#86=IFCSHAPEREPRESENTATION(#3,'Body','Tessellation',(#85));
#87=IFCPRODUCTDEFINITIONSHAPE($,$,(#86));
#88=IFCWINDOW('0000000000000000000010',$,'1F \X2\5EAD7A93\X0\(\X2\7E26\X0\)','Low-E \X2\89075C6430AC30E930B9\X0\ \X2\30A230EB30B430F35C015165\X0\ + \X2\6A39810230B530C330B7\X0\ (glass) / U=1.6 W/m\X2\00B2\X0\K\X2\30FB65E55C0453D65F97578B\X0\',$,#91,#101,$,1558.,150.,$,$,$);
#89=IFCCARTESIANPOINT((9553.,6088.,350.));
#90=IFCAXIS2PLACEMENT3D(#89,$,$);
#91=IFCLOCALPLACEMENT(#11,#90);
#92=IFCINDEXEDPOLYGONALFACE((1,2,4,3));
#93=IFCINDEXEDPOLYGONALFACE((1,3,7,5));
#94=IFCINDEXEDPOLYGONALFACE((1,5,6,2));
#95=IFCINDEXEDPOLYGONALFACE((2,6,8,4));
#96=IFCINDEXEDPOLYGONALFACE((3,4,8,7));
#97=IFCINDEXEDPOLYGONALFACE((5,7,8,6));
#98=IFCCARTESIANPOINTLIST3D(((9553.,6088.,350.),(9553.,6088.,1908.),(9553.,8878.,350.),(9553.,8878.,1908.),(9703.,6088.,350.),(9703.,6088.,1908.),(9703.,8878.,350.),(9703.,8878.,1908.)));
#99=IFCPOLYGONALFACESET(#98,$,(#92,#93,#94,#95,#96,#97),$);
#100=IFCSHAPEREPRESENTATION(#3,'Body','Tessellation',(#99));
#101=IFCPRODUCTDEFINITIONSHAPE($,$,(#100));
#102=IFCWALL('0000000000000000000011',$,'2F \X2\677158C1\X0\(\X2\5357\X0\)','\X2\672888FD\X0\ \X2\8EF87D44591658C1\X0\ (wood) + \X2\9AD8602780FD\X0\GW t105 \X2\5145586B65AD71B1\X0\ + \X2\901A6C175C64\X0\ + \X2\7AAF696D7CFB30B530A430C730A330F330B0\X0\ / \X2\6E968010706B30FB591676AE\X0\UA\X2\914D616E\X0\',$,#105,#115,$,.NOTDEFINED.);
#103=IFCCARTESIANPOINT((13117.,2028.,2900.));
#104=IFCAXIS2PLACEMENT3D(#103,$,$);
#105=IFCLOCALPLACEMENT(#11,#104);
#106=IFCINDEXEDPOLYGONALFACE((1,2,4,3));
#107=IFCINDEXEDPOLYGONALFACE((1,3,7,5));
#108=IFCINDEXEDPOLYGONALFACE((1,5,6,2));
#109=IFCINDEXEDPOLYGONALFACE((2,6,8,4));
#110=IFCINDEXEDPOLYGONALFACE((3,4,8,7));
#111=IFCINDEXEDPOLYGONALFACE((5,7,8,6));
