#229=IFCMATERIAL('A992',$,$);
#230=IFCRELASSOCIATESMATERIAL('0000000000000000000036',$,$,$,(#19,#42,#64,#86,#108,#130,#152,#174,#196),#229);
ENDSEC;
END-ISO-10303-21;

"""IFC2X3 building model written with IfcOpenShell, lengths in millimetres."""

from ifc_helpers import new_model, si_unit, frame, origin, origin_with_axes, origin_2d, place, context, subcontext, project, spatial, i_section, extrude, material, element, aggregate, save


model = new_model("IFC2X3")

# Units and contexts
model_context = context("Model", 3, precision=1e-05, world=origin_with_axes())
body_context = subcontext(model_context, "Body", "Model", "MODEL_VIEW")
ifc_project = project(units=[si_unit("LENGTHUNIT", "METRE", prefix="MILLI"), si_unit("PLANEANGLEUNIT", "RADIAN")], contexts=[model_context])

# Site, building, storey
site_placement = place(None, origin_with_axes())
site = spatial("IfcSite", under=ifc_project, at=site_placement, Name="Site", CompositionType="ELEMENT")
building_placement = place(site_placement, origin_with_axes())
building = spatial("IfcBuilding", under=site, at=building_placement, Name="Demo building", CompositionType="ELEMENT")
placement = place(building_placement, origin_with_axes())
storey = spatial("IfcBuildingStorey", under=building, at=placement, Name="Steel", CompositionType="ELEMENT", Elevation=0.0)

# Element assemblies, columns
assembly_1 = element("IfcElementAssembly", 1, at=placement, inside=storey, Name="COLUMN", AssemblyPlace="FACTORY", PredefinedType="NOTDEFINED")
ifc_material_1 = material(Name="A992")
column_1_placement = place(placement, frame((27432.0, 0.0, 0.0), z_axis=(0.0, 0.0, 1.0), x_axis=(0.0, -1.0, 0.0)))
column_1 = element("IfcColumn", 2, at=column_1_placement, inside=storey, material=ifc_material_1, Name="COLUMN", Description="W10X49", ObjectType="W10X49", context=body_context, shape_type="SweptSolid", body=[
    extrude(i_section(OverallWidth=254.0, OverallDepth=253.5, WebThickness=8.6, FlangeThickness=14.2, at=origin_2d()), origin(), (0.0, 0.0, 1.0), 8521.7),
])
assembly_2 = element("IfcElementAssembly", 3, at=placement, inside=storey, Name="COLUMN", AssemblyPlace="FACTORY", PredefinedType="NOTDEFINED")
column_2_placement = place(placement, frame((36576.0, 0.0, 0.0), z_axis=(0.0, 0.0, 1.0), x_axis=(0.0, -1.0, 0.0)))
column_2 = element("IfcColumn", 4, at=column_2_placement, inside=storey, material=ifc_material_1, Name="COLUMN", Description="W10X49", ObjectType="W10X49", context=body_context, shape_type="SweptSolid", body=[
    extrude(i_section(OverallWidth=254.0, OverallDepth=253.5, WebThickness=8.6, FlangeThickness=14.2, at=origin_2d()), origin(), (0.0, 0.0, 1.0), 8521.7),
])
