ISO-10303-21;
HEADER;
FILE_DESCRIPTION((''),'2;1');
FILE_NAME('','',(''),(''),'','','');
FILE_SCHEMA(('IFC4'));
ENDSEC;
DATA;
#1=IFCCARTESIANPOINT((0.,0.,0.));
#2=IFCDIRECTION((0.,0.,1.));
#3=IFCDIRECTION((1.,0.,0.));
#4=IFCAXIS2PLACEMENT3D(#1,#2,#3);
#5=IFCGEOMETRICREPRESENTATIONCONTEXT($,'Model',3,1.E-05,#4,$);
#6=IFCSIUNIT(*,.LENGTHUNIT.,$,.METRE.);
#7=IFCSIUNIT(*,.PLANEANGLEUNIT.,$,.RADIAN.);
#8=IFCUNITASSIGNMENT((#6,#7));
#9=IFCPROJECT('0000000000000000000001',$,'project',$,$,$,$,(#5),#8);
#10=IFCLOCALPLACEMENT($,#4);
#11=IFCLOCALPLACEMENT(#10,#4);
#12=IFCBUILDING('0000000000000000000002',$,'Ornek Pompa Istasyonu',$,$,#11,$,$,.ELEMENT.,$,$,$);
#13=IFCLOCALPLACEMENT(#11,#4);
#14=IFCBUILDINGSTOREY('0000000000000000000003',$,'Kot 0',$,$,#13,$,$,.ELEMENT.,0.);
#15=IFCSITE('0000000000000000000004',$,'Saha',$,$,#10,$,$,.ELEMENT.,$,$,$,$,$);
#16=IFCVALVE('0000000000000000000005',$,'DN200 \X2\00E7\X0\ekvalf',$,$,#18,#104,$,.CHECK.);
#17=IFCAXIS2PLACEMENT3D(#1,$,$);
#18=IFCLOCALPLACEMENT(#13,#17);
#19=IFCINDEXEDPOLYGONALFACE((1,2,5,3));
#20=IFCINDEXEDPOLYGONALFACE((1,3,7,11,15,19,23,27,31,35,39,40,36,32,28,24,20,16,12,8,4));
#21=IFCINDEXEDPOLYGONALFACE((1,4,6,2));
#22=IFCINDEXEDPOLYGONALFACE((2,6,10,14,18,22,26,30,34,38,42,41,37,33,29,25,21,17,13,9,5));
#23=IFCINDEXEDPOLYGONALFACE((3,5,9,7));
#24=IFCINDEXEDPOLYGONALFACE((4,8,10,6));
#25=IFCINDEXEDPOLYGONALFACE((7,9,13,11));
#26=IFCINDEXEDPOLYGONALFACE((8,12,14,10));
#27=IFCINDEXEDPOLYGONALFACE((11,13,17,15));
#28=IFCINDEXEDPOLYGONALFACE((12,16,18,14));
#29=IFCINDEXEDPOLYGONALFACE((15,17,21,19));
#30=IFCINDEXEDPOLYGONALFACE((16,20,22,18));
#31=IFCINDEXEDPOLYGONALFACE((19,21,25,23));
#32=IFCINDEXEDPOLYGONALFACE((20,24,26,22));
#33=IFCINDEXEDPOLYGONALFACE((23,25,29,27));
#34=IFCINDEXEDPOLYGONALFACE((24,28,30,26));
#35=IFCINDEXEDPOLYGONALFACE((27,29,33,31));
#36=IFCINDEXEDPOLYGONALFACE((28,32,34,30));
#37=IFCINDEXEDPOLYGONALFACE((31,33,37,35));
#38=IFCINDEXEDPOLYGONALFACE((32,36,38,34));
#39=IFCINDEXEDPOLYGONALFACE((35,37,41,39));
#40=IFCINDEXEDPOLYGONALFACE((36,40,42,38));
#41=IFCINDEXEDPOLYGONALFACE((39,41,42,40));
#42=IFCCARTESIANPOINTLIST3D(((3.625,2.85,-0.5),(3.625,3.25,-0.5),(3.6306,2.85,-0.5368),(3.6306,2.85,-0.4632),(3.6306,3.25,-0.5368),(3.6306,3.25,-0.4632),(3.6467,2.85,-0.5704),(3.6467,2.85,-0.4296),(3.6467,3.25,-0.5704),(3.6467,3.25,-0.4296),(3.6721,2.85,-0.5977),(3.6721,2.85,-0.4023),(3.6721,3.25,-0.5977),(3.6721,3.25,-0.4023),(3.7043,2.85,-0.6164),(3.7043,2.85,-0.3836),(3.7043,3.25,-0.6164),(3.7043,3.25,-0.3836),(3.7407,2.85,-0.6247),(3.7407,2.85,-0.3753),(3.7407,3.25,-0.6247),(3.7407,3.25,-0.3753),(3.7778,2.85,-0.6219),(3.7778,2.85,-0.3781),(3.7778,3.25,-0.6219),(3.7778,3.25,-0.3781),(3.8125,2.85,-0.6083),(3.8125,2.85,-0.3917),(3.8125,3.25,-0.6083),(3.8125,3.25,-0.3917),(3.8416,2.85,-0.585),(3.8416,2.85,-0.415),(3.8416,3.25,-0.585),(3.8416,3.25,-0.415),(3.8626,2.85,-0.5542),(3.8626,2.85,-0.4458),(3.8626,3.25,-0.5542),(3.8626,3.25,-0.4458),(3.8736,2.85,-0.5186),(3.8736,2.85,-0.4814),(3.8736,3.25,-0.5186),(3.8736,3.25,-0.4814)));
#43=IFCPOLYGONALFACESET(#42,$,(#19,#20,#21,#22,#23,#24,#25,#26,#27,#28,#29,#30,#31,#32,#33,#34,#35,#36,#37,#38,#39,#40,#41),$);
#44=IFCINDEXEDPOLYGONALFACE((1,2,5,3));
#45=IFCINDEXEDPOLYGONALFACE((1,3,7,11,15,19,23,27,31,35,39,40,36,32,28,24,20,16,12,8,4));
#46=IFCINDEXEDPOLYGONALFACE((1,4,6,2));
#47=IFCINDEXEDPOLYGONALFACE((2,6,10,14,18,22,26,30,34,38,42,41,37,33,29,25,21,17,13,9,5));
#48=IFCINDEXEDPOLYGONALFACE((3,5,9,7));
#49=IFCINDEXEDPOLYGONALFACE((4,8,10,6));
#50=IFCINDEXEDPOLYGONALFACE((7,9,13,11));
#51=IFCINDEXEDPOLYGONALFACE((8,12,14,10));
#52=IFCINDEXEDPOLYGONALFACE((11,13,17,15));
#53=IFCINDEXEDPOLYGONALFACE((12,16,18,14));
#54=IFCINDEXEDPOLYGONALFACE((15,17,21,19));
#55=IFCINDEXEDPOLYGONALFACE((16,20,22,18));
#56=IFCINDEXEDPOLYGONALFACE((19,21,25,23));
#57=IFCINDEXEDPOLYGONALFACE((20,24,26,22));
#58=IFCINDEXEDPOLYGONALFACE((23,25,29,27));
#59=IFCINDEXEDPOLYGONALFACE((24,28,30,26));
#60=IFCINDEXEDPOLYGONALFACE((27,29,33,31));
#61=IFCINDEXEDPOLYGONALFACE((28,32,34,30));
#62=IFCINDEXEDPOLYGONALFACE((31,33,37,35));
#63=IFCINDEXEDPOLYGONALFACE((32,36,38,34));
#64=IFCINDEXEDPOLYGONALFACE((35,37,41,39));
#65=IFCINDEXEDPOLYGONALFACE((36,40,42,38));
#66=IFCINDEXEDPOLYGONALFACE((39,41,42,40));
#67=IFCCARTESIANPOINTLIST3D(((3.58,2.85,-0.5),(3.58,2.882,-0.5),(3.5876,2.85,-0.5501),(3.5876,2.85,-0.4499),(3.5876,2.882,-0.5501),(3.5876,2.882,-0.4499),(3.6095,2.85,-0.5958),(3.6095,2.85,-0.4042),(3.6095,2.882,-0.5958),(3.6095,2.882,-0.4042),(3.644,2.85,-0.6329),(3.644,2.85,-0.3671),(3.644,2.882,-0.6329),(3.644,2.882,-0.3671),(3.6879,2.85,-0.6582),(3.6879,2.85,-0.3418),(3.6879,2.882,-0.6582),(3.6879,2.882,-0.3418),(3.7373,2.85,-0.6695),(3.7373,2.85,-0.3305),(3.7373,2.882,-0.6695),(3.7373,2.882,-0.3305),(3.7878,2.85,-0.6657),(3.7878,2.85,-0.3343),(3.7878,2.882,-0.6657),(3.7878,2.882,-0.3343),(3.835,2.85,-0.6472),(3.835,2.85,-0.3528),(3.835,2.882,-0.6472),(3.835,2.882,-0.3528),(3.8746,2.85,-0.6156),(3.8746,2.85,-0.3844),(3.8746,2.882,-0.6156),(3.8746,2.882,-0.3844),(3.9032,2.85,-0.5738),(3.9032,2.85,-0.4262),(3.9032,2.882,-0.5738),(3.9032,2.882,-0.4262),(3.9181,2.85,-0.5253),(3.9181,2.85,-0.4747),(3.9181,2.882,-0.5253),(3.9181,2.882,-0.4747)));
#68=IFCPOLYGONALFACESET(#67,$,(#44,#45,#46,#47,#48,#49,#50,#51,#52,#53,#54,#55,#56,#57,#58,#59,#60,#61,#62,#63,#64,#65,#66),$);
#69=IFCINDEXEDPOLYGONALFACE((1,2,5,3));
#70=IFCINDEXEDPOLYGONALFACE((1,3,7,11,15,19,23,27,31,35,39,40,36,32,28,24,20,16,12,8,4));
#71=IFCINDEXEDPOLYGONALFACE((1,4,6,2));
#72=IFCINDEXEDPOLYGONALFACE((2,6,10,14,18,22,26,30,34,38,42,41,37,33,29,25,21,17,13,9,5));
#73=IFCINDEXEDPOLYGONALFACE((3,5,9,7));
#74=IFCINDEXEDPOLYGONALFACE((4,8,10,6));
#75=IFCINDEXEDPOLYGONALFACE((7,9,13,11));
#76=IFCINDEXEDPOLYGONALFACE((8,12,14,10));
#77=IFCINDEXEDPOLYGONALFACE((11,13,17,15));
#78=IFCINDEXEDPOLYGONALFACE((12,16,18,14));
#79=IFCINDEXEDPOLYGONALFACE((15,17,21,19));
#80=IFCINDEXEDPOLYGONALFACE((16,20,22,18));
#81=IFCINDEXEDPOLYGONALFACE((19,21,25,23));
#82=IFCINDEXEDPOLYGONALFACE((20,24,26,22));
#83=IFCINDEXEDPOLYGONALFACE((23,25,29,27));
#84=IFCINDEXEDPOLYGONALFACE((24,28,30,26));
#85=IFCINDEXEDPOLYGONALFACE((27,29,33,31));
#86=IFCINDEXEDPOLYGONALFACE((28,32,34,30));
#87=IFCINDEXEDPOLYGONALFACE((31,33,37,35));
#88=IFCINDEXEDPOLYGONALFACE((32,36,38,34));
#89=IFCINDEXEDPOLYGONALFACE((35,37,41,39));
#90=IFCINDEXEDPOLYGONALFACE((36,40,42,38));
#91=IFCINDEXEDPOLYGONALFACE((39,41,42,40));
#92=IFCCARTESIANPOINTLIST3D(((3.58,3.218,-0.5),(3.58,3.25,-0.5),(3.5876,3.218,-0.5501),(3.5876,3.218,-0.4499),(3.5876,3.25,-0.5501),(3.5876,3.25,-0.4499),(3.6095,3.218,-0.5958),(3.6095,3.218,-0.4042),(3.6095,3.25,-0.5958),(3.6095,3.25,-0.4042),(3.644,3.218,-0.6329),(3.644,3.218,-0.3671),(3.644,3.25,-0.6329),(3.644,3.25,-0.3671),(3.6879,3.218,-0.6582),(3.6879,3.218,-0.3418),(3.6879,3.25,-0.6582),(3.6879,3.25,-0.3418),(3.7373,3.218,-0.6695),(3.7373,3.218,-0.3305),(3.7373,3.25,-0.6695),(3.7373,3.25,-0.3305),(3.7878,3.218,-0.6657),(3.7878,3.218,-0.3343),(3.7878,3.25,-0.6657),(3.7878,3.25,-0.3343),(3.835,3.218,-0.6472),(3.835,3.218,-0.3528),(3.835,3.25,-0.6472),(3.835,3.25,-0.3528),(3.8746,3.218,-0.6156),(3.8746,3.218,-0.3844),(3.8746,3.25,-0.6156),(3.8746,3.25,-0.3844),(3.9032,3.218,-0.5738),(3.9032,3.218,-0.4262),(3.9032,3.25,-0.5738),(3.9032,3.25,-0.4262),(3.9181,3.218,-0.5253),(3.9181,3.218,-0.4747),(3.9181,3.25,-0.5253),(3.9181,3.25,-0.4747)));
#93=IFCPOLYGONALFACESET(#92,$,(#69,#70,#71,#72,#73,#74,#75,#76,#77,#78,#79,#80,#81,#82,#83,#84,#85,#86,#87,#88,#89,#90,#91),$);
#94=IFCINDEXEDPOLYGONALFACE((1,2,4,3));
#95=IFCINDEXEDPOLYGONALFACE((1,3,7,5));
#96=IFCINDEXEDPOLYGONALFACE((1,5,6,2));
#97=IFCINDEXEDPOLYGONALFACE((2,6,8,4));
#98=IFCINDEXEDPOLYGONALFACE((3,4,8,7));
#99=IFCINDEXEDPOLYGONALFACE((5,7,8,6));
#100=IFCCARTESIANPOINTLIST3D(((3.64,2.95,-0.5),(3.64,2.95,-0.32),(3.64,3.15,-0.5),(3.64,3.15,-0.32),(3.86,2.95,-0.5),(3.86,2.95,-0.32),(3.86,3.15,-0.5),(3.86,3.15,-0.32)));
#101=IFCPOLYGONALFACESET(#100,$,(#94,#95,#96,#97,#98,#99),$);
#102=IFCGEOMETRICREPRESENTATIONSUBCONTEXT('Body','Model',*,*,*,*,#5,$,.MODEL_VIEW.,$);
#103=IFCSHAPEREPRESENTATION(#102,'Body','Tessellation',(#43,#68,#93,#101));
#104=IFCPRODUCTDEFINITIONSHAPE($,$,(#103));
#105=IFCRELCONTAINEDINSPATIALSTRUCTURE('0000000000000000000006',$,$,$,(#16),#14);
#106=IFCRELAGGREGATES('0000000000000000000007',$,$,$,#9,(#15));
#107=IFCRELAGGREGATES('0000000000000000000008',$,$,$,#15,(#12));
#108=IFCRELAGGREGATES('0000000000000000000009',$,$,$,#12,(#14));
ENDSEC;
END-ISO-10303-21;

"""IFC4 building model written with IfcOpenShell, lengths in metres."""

from ifc_helpers import new_model, si_unit, frame, origin_with_axes, origin_2d, place, context, subcontext, project, spatial, polyline, circle, outline, extrude, element, save


model = new_model("IFC4")

# Units and contexts
model_context = context("Model", 3, precision=1e-05, world=origin_with_axes())
body_context = subcontext(model_context, "Body", "Model", "MODEL_VIEW")
ifc_project = project(units=[si_unit("LENGTHUNIT", "METRE"), si_unit("PLANEANGLEUNIT", "RADIAN")], contexts=[model_context])

# Site, building, storey
site_placement = place(None, origin_with_axes())
site = spatial("IfcSite", under=ifc_project, at=site_placement, Name="Saha", CompositionType="ELEMENT")
building_placement = place(site_placement, origin_with_axes())
building = spatial("IfcBuilding", under=site, at=building_placement, Name="Ornek Pompa Istasyonu", CompositionType="ELEMENT")
storey_placement = place(building_placement, origin_with_axes())
storey = spatial("IfcBuildingStorey", under=building, at=storey_placement, Name="Kot 0", CompositionType="ELEMENT", Elevation=0.0)

# Valve
valve_1_placement = place(storey_placement, origin_with_axes())
element("IfcValve", 1, at=valve_1_placement, inside=storey, Name="DN200 çekvalf", PredefinedType="CHECK", context=body_context, shape_type="SweptSolid", body=[
    extrude(circle(Radius=0.125, at=origin_2d()), frame((3.75, 2.85, -0.5), z_axis=(0.0, 1.0, 0.0), x_axis=(-1.0, 0.0, 0.0)), (0.0, 0.0, 1.0), 0.4),
    extrude(circle(Radius=0.17, at=origin_2d()), frame((3.75, 2.85, -0.5), z_axis=(0.0, 1.0, 0.0), x_axis=(-1.0, 0.0, 0.0)), (0.0, 0.0, 1.0), 0.032),
    extrude(circle(Radius=0.17, at=origin_2d()), frame((3.75, 3.218, -0.5), z_axis=(0.0, 1.0, 0.0), x_axis=(-1.0, 0.0, 0.0)), (0.0, 0.0, 1.0), 0.032),
    extrude(outline(polyline([(0.0, 0.0), (0.2, 0.0), (0.2, 0.22), (0.0, 0.22), (0.0, 0.0)])), frame((3.86, 2.95, -0.5), z_axis=(0.0, 0.0, 1.0), x_axis=(0.0, 1.0, 0.0)), (0.0, 0.0, 1.0), 0.18),
])

save(model, "model.ifc")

• _What to work on_
The required output is the stretch of entries above from the line containing "#33=IFCINDEXEDPOLYGONALFACE((23,25,29,27));" through the line containing "#46=IFCINDEXEDPOLYGONALFACE((1,4,6,2));", reproduced exactly.

• _Response area_
#33=IFCINDEXEDPOLYGONALFACE((23,25,29,27));
#34=IFCINDEXEDPOLYGONALFACE((24,28,30,26));
#35=IFCINDEXEDPOLYGONALFACE((27,29,33,31));
#36=IFCINDEXEDPOLYGONALFACE((28,32,34,30));
#37=IFCINDEXEDPOLYGONALFACE((31,33,37,35));
#38=IFCINDEXEDPOLYGONALFACE((32,36,38,34));
#39=IFCINDEXEDPOLYGONALFACE((35,37,41,39));
#40=IFCINDEXEDPOLYGONALFACE((36,40,42,38));
#41=IFCINDEXEDPOLYGONALFACE((39,41,42,40));
#42=IFCCARTESIANPOINTLIST3D(((3.625,2.85,-0.5),(3.625,3.25,-0.5),(3.6306,2.85,-0.5368),(3.6306,2.85,-0.4632),(3.6306,3.25,-0.5368),(3.6306,3.25,-0.4632),(3.6467,2.85,-0.5704),(3.6467,2.85,-0.4296),(3.6467,3.25,-0.5704),(3.6467,3.25,-0.4296),(3.6721,2.85,-0.5977),(3.6721,2.85,-0.4023),(3.6721,3.25,-0.5977),(3.6721,3.25,-0.4023),(3.7043,2.85,-0.6164),(3.7043,2.85,-0.3836),(3.7043,3.25,-0.6164),(3.7043,3.25,-0.3836),(3.7407,2.85,-0.6247),(3.7407,2.85,-0.3753),(3.7407,3.25,-0.6247),(3.7407,3.25,-0.3753),(3.7778,2.85,-0.6219),(3.7778,2.85,-0.3781),(3.7778,3.25,-0.6219),(3.7778,3.25,-0.3781),(3.8125,2.85,-0.6083),(3.8125,2.85,-0.3917),(3.8125,3.25,-0.6083),(3.8125,3.25,-0.3917),(3.8416,2.85,-0.585),(3.8416,2.85,-0.415),(3.8416,3.25,-0.585),(3.8416,3.25,-0.415),(3.8626,2.85,-0.5542),(3.8626,2.85,-0.4458),(3.8626,3.25,-0.5542),(3.8626,3.25,-0.4458),(3.8736,2.85,-0.5186),(3.8736,2.85,-0.4814),(3.8736,3.25,-0.5186),(3.8736,3.25,-0.4814)));
#43=IFCPOLYGONALFACESET(#42,$,(#19,#20,#21,#22,#23,#24,#25,#26,#27,#28,#29,#30,#31,#32,#33,#34,#35,#36,#37,#38,#39,#40,#41),$);
#44=IFCINDEXEDPOLYGONALFACE((1,2,5,3));
#45=IFCINDEXEDPOLYGONALFACE((1,3,7,11,15,19,23,27,31,35,39,40,36,32,28,24,20,16,12,8,4));
#46=IFCINDEXEDPOLYGONALFACE((1,4,6,2));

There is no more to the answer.